▶ INSTRUCTIONS FOR THE TASK
Give only the number of lines in the records that contain the word "from".

§ §

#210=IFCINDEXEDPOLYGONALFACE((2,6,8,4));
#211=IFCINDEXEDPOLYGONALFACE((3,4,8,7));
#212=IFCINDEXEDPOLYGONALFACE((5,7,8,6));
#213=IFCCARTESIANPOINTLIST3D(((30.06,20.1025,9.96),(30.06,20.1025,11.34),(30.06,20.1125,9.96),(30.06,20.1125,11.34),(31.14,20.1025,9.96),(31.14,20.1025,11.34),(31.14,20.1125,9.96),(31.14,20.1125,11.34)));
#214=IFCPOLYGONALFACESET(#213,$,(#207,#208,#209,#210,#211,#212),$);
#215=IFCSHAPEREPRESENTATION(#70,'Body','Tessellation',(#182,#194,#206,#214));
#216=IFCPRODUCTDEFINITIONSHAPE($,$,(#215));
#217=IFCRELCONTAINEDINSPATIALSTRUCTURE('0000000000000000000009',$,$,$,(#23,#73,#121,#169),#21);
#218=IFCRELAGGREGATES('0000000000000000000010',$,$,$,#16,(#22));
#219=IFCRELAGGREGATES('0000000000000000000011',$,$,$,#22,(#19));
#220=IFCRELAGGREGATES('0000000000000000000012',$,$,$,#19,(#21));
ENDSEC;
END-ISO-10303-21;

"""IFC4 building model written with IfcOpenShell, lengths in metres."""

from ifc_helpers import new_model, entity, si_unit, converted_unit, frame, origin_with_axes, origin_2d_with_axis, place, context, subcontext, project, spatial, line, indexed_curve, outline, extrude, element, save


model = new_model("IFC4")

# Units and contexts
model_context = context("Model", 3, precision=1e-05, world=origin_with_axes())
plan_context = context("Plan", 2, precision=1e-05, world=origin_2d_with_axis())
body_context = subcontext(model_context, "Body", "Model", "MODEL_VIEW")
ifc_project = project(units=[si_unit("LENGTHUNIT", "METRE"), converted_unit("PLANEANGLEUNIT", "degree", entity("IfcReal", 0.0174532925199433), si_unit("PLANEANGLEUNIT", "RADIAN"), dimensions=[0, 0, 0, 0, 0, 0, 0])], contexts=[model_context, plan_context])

§ §

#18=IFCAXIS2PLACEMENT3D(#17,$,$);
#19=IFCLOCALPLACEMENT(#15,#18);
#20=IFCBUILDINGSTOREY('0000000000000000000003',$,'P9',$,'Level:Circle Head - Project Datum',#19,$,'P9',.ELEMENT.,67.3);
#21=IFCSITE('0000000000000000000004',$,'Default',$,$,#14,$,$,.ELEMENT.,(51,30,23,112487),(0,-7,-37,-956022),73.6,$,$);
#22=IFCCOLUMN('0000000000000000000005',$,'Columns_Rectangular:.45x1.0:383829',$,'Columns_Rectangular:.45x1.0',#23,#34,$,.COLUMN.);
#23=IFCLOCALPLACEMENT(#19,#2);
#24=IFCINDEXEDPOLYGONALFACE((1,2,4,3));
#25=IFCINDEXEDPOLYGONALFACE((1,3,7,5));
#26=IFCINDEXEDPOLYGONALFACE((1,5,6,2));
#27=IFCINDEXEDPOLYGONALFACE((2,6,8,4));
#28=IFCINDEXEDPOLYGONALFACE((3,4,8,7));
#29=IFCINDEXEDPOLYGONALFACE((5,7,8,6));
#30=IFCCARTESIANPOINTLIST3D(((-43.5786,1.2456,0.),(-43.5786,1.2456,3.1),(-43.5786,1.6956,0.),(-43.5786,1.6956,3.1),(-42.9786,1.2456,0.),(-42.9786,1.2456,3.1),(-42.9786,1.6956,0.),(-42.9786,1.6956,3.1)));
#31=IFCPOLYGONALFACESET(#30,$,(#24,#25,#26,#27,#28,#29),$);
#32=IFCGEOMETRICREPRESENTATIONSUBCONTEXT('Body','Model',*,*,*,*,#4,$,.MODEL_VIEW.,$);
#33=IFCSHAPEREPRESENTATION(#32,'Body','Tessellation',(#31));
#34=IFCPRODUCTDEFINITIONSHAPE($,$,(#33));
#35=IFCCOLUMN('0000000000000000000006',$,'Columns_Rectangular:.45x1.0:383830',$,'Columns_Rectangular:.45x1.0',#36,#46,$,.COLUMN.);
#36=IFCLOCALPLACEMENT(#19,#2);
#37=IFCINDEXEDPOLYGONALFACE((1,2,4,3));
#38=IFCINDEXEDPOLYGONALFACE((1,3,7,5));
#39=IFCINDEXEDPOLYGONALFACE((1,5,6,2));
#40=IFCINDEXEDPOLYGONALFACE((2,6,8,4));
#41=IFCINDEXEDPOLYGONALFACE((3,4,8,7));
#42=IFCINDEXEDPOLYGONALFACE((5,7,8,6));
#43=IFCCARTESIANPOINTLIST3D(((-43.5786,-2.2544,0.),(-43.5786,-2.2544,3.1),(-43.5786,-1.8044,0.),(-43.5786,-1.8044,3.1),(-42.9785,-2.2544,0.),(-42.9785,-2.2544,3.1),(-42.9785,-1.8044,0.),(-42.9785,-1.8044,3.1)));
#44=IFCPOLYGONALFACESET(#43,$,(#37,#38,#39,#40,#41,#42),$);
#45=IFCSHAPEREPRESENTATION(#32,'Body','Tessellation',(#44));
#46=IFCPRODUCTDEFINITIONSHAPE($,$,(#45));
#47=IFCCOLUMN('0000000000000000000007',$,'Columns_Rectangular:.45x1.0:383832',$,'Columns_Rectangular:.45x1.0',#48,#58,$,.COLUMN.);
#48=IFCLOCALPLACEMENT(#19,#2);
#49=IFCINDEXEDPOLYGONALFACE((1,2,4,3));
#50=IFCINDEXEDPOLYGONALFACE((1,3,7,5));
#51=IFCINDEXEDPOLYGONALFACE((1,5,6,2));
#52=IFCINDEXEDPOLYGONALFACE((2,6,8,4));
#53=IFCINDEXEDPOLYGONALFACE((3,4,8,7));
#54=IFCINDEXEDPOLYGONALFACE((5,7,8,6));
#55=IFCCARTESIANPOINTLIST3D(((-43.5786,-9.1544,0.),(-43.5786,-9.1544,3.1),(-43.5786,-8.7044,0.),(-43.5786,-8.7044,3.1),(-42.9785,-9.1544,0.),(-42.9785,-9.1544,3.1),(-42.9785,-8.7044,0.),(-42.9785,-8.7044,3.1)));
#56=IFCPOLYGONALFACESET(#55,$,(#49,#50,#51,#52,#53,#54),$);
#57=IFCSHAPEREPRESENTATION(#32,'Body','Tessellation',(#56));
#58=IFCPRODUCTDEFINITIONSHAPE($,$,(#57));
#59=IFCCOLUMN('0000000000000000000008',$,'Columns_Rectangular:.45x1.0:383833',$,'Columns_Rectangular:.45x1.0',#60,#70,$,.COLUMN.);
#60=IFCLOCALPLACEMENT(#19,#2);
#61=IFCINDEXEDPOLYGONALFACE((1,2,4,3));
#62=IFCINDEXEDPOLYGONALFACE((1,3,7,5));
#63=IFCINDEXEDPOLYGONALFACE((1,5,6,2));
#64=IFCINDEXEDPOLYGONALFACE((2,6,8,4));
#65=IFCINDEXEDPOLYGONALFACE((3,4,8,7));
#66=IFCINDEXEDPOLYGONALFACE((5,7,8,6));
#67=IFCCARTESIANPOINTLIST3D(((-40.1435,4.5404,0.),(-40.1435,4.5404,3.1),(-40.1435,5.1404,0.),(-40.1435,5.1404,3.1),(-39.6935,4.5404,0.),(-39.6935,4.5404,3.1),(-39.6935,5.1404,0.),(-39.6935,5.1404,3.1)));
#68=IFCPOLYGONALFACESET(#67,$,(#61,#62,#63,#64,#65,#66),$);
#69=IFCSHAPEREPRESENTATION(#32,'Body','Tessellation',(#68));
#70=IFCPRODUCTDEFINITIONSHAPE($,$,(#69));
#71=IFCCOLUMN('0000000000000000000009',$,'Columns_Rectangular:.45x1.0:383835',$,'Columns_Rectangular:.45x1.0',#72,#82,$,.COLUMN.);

§ §

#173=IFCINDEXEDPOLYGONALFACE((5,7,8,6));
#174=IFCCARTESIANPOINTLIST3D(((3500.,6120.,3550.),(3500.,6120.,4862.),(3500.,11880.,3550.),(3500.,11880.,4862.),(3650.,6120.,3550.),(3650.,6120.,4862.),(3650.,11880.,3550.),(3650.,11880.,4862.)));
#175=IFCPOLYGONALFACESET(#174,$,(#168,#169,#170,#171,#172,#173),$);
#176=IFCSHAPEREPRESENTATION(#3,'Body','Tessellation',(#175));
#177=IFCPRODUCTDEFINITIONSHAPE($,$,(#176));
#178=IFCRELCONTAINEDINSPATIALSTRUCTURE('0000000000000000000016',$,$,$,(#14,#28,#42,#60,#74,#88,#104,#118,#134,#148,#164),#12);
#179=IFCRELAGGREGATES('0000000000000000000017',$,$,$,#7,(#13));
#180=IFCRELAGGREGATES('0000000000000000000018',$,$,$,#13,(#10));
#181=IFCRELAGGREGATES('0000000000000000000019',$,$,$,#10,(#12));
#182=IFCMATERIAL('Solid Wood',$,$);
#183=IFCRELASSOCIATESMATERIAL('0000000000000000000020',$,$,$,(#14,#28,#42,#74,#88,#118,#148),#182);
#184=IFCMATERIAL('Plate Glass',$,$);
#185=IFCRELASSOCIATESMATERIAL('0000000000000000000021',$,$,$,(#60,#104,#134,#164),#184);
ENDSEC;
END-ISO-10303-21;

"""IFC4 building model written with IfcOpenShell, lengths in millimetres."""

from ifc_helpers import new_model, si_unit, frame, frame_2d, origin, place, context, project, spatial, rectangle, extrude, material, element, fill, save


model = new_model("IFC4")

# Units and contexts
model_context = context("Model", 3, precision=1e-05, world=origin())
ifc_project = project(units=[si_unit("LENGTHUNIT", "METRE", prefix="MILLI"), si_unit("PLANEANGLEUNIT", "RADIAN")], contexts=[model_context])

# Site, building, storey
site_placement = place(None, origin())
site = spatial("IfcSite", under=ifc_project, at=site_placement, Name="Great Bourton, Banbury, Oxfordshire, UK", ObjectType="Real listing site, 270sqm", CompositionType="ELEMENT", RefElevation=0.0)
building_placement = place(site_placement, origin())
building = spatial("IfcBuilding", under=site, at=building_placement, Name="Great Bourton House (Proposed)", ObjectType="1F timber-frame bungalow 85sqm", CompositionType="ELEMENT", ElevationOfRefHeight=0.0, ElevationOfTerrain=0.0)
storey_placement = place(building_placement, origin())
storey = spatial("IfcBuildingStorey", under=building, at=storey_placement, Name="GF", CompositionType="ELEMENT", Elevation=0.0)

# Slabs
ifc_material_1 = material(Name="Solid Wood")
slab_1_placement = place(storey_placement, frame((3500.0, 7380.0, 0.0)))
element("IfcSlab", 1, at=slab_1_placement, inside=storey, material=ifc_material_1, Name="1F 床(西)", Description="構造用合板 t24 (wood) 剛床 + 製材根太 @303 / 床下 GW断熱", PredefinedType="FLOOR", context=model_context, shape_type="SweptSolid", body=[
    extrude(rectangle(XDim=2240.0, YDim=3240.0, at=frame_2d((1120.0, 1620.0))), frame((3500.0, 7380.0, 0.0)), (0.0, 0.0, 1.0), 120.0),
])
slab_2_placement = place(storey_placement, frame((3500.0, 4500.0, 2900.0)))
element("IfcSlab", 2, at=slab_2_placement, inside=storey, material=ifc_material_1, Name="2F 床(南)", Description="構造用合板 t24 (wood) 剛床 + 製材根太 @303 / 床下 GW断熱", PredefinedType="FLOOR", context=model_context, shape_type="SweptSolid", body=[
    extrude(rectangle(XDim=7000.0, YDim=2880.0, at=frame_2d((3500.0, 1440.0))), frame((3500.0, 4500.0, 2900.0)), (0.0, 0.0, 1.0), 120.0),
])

§ §

▶ RESPONSE
2